» WHAT IS BEING ASKED
Look through the data below and extract, unchanged, the lines from the one that contains "FILE_NAME('','',(''),(''),'','','');" to the one that contains "#10=IFCUNITASSIGNMENT((#5,#9));", both included.

» EXERCISE MATERIAL

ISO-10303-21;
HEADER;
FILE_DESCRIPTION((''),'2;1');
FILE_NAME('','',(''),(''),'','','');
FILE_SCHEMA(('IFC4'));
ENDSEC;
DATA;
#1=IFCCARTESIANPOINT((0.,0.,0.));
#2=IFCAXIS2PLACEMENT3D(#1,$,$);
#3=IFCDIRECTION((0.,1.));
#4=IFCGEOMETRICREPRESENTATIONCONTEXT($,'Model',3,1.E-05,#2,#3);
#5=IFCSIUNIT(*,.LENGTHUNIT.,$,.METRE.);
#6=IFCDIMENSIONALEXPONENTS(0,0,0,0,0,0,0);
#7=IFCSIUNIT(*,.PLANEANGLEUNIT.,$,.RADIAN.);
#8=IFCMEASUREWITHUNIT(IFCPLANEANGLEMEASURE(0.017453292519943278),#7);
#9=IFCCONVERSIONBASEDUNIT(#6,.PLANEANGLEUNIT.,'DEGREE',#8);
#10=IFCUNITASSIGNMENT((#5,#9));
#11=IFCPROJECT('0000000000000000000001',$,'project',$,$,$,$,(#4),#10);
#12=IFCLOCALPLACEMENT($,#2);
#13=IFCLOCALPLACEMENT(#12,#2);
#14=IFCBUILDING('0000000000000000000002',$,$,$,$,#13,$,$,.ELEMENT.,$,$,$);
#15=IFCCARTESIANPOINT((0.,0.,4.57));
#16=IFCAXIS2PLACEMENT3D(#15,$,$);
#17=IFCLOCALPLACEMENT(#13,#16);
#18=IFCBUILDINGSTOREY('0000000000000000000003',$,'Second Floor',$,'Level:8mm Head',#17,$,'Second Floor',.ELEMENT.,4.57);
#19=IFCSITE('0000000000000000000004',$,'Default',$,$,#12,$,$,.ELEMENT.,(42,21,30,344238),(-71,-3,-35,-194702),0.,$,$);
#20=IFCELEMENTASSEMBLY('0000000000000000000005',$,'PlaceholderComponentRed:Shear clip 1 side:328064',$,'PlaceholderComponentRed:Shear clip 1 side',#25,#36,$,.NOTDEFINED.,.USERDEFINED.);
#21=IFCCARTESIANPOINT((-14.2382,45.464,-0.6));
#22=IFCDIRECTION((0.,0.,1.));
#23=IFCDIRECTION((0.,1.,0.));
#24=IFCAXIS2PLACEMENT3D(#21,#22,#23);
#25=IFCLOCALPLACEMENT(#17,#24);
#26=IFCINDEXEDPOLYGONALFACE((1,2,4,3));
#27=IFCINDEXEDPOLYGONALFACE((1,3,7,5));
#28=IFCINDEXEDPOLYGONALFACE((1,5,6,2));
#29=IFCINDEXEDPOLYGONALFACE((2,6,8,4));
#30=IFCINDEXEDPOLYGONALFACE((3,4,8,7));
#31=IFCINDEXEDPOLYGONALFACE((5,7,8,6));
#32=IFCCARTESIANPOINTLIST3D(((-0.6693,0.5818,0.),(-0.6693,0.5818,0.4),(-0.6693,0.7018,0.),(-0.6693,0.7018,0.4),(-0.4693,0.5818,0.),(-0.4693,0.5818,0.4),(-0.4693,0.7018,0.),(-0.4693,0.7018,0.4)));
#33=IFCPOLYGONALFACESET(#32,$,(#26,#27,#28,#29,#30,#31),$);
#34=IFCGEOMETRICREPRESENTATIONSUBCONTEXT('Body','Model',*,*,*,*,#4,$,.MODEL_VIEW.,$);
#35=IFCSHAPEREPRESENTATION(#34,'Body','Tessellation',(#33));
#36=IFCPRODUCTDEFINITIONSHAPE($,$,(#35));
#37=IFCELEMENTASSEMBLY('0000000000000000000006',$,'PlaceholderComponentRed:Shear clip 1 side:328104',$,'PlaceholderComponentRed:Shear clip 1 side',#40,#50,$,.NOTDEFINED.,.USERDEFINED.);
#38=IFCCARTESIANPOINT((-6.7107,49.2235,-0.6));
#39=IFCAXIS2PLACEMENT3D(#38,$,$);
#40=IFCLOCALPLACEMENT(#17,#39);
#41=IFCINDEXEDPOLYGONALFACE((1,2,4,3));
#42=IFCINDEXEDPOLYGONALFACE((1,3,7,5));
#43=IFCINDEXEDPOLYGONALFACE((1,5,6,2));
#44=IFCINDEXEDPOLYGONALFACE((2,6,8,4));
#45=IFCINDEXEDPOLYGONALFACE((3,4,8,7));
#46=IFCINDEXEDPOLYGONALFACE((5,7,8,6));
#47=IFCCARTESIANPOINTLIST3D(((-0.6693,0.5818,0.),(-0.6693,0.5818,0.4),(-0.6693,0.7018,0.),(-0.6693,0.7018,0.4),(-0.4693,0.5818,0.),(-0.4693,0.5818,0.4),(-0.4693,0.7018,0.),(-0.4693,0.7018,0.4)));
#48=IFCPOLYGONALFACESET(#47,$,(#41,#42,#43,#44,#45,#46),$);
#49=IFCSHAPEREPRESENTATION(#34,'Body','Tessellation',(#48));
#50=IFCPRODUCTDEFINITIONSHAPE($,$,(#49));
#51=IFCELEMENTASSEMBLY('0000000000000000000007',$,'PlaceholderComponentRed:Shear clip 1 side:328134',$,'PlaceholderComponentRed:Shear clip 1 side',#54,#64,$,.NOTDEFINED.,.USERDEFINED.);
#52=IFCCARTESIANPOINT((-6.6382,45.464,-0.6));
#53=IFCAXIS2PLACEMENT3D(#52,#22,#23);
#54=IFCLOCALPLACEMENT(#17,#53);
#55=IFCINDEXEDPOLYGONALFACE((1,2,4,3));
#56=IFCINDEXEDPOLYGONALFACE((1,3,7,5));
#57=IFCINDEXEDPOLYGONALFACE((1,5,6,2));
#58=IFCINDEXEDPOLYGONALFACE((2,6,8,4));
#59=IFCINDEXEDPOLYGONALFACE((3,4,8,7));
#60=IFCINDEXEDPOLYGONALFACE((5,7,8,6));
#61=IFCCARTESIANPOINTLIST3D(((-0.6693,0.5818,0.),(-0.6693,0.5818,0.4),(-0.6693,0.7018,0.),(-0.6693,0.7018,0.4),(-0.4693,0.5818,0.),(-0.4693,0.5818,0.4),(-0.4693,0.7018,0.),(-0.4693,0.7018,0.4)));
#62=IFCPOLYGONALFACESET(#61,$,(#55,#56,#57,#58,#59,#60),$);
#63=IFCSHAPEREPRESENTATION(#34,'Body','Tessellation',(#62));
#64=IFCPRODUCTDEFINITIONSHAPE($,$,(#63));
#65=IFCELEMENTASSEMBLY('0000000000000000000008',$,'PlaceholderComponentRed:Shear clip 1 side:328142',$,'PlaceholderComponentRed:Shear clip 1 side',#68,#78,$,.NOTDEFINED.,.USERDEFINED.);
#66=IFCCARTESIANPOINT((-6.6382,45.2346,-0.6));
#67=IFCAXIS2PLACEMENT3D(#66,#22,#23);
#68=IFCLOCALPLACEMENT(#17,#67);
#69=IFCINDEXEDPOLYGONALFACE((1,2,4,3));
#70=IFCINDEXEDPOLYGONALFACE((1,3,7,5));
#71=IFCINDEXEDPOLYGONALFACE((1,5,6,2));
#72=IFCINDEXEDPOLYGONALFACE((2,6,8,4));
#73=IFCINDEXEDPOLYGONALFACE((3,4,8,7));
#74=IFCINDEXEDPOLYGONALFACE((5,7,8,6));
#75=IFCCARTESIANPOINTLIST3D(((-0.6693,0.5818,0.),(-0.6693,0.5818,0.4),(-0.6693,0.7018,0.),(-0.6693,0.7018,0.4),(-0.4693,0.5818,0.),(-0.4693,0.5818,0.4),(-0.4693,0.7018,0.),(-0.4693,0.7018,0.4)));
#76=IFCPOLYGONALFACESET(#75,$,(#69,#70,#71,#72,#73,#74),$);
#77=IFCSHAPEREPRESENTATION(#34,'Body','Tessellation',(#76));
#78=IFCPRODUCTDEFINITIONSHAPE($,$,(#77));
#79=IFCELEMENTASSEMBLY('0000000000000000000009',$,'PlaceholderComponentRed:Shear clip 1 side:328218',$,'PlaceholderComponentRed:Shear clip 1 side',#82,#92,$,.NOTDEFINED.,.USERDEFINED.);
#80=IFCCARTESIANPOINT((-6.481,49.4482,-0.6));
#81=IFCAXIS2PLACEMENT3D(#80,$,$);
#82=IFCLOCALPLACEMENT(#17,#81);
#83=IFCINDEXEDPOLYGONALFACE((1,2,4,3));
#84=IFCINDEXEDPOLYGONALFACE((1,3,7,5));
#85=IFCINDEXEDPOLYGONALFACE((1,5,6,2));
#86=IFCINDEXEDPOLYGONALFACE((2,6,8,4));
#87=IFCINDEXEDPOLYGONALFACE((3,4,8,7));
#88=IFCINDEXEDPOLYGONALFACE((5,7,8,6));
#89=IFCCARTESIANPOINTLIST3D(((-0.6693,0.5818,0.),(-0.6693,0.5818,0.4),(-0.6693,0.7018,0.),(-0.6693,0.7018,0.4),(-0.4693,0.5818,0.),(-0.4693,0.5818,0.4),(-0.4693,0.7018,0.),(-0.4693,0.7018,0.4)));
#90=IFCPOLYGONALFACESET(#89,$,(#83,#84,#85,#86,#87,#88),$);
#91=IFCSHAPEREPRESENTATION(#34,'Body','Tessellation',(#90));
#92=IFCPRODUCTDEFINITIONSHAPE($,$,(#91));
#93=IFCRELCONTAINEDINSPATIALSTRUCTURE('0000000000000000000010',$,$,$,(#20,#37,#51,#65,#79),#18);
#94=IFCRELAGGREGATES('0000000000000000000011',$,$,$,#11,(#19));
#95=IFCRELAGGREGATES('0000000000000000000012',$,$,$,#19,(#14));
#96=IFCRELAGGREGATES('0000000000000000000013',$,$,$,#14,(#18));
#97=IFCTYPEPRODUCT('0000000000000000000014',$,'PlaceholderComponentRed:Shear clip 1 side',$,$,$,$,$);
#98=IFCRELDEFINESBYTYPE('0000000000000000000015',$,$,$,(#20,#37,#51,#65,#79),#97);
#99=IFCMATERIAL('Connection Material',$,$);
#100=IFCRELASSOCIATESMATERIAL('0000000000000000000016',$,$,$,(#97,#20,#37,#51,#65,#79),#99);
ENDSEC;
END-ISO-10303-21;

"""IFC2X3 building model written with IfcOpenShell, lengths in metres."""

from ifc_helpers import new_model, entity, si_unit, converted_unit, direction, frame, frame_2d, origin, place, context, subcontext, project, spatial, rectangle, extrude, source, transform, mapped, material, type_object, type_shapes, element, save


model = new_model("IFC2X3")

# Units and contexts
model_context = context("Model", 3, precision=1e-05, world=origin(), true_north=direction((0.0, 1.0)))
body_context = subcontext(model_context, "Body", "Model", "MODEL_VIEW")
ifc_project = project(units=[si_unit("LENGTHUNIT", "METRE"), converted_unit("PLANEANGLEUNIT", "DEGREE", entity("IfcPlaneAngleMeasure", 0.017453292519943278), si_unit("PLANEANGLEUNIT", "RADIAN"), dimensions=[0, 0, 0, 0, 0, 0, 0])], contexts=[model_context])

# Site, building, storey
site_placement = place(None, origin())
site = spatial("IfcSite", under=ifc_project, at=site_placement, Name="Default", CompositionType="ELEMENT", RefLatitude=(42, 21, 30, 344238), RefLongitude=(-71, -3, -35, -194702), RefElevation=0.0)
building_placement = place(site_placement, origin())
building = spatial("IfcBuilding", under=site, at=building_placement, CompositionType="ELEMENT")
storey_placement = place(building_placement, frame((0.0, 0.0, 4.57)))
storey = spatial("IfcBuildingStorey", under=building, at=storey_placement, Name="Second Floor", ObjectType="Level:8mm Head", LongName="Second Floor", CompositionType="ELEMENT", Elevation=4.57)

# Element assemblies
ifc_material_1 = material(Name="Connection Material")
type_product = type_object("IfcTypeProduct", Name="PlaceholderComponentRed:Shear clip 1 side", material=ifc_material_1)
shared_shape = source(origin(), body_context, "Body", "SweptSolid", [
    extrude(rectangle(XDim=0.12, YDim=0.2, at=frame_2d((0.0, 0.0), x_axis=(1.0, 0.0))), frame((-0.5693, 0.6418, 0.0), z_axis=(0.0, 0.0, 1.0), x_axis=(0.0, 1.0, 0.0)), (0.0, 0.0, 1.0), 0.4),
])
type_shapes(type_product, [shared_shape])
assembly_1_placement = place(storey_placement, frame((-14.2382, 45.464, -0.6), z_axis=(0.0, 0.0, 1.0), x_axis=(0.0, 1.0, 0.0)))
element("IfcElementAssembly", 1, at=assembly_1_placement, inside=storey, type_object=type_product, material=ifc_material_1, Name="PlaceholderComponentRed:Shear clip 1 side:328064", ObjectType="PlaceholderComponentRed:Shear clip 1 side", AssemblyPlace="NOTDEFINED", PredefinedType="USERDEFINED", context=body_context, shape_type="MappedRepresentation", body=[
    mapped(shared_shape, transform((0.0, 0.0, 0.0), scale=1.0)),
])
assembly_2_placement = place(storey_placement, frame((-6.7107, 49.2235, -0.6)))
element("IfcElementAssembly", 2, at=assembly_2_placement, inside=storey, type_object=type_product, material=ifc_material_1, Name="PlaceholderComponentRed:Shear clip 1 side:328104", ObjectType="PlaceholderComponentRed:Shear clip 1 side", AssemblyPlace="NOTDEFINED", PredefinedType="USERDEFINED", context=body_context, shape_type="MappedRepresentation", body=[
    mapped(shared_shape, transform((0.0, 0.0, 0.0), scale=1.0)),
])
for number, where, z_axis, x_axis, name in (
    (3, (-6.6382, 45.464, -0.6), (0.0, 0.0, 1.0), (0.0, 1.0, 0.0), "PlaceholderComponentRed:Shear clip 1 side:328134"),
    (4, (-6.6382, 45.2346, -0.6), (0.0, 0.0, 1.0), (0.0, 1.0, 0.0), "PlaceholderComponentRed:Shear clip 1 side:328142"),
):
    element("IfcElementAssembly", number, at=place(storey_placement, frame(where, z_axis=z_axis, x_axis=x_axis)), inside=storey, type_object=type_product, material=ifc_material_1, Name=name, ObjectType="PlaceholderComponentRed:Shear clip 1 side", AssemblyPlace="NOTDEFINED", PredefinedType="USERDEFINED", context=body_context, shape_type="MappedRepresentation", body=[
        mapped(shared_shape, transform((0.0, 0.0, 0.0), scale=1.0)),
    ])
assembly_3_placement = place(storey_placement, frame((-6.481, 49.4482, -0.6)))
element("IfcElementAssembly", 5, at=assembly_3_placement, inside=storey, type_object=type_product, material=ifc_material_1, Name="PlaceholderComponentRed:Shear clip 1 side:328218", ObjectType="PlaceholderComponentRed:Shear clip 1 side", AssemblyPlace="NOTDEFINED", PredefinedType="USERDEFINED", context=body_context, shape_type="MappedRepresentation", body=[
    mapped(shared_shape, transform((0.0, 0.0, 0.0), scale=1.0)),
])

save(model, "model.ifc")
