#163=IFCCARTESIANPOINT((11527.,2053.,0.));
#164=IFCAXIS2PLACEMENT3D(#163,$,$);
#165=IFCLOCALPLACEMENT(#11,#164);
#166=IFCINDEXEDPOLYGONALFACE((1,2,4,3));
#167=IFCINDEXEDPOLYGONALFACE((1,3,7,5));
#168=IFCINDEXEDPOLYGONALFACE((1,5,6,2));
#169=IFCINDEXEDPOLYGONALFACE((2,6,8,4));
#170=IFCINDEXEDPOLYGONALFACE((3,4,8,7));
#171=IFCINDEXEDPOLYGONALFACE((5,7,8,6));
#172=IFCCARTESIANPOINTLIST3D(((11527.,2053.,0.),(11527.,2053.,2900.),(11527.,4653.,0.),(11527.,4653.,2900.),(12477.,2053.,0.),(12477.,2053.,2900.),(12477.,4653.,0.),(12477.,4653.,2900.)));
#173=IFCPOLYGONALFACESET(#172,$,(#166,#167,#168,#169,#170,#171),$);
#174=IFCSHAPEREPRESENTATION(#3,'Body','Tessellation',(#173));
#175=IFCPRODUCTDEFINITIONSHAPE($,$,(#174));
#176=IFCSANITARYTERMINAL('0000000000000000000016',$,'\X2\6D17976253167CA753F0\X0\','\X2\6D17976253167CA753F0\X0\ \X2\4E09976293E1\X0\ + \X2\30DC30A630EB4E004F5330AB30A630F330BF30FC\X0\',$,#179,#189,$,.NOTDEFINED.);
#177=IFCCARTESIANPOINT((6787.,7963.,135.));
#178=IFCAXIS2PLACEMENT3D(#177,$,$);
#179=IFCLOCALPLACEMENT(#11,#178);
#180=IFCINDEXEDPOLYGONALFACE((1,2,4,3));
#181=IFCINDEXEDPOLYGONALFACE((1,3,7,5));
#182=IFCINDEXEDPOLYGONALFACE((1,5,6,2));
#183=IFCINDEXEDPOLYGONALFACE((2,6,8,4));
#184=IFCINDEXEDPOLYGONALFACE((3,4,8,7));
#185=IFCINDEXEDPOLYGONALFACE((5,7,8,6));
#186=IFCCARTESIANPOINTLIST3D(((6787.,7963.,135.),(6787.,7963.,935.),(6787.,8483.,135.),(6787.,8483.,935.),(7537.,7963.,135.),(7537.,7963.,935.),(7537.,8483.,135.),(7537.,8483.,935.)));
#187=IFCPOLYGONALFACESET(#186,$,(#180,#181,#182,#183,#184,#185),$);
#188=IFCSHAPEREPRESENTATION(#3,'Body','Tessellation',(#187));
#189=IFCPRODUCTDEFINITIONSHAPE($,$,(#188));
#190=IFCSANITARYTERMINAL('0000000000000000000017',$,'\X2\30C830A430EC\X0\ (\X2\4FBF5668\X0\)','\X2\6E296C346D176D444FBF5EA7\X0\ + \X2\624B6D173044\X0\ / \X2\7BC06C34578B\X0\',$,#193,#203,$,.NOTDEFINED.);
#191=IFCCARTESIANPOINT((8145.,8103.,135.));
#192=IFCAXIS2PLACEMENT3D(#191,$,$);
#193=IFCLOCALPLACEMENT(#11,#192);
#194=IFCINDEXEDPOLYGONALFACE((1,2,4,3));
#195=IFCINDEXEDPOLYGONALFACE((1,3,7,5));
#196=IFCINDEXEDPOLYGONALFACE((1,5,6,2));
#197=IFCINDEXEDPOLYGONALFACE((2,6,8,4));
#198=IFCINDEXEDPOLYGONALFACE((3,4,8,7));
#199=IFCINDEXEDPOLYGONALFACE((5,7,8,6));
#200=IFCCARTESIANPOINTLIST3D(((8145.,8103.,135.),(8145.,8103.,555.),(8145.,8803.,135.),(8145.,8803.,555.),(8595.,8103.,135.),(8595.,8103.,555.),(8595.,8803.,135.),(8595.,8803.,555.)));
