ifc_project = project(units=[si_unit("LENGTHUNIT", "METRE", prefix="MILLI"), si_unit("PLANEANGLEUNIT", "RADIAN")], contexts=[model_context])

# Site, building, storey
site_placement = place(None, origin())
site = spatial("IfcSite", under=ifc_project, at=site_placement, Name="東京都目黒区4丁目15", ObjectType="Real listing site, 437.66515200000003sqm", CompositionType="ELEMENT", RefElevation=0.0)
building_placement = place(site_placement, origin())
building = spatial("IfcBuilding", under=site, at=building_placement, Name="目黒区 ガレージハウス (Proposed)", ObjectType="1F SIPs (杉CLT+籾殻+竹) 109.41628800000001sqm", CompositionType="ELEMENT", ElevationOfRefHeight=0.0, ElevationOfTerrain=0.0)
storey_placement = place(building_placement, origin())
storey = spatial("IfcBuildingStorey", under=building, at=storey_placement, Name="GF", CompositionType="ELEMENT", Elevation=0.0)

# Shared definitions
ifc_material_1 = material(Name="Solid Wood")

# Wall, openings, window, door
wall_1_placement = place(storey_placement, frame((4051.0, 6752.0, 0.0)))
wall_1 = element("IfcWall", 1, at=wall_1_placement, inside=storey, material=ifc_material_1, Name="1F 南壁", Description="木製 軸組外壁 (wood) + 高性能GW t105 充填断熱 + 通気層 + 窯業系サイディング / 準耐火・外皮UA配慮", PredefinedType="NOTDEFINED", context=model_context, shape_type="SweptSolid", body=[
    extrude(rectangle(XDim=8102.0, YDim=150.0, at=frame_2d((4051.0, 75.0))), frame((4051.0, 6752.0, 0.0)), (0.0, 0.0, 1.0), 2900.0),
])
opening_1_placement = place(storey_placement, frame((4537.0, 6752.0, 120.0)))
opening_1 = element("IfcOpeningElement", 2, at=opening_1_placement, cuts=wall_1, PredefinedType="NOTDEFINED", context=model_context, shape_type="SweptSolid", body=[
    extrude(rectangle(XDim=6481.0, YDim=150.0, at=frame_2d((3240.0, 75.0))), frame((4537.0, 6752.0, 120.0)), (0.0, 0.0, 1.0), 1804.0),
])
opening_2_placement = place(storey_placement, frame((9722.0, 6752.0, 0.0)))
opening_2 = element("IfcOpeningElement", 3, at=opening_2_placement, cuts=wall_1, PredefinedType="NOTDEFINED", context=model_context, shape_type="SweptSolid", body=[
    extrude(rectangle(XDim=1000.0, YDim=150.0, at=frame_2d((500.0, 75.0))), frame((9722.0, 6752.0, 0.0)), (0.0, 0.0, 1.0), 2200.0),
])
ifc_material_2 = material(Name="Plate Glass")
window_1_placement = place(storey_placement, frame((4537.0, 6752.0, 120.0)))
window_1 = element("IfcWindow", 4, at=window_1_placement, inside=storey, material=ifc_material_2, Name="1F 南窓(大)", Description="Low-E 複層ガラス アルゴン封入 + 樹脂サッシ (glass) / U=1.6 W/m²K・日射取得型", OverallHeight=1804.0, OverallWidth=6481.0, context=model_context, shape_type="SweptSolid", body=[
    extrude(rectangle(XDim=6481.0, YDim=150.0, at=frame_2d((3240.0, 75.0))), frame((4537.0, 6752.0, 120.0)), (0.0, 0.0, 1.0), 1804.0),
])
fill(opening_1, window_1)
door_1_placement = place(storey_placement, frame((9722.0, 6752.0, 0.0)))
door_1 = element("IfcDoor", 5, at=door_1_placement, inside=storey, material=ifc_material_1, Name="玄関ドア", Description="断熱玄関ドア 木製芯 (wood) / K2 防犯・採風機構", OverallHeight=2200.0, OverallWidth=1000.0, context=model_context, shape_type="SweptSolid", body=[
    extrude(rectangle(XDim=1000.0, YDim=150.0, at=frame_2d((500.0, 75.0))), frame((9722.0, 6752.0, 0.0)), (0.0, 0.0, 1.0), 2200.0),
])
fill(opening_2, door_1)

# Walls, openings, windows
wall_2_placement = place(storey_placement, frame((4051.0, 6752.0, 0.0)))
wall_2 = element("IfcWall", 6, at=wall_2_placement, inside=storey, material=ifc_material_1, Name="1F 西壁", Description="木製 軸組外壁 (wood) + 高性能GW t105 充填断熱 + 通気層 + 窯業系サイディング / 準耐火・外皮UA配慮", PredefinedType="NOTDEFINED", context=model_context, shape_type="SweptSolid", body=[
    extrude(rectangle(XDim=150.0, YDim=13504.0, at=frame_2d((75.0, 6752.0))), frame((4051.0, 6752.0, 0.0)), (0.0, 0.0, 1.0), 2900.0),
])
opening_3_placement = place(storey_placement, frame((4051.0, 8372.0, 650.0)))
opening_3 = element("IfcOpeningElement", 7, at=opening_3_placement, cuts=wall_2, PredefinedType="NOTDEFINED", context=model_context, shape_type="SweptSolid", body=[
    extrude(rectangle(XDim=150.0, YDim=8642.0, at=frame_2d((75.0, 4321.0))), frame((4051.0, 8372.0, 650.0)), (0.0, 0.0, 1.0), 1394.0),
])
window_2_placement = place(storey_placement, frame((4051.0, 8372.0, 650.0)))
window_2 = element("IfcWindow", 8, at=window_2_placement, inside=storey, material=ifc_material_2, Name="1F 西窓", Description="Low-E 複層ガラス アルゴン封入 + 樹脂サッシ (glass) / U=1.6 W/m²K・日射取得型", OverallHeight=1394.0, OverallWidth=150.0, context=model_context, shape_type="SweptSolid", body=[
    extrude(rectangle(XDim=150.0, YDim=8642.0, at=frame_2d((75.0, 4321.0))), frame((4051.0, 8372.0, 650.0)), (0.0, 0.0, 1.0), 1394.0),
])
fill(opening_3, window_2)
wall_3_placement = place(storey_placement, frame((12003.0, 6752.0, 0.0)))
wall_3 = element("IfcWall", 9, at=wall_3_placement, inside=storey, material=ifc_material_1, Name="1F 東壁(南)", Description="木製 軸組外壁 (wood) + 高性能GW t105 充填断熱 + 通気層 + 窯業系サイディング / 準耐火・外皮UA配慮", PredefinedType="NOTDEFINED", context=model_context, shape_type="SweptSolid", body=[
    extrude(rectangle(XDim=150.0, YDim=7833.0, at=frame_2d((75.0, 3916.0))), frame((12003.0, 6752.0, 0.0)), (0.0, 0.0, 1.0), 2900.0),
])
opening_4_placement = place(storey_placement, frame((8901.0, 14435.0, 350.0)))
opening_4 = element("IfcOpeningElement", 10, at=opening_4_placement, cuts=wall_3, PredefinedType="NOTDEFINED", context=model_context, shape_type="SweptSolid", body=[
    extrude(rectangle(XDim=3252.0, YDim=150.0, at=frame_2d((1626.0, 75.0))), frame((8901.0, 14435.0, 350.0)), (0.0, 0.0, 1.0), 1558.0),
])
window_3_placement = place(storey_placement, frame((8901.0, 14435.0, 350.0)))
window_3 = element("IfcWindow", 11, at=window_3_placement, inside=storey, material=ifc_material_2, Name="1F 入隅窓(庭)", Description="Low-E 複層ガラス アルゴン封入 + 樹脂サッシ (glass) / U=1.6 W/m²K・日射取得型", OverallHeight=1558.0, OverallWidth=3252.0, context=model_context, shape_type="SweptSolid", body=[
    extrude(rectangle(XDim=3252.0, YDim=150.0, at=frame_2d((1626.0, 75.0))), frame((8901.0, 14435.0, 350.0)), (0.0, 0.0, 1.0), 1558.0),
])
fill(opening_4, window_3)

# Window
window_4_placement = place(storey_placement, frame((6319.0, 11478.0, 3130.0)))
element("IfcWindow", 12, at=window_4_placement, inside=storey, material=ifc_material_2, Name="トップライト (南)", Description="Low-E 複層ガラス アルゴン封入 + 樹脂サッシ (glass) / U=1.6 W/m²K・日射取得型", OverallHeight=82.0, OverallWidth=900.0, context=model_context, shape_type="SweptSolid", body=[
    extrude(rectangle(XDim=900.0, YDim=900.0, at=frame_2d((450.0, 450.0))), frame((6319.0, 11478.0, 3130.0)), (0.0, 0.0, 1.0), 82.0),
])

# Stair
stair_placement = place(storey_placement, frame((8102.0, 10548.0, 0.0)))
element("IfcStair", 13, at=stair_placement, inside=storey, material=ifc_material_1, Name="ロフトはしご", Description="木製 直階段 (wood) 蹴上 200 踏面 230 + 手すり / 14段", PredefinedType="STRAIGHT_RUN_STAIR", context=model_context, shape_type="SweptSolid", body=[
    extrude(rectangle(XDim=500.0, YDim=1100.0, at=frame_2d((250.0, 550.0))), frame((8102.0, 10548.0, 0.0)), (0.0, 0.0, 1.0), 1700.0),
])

» RESPONSE
FILE_NAME('','',(''),(''),'','','');
FILE_SCHEMA(('IFC4'));
ENDSEC;
DATA;
#1=IFCCARTESIANPOINT((0.,0.,0.));
#2=IFCAXIS2PLACEMENT3D(#1,$,$);
#3=IFCDIRECTION((0.,1.));
#4=IFCGEOMETRICREPRESENTATIONCONTEXT($,'Model',3,1.E-05,#2,#3);
#5=IFCSIUNIT(*,.LENGTHUNIT.,$,.METRE.);
#6=IFCDIMENSIONALEXPONENTS(0,0,0,0,0,0,0);
#7=IFCSIUNIT(*,.PLANEANGLEUNIT.,$,.RADIAN.);
#8=IFCMEASUREWITHUNIT(IFCPLANEANGLEMEASURE(0.017453292519943278),#7);
#9=IFCCONVERSIONBASEDUNIT(#6,.PLANEANGLEUNIT.,'DEGREE',#8);
#10=IFCUNITASSIGNMENT((#5,#9));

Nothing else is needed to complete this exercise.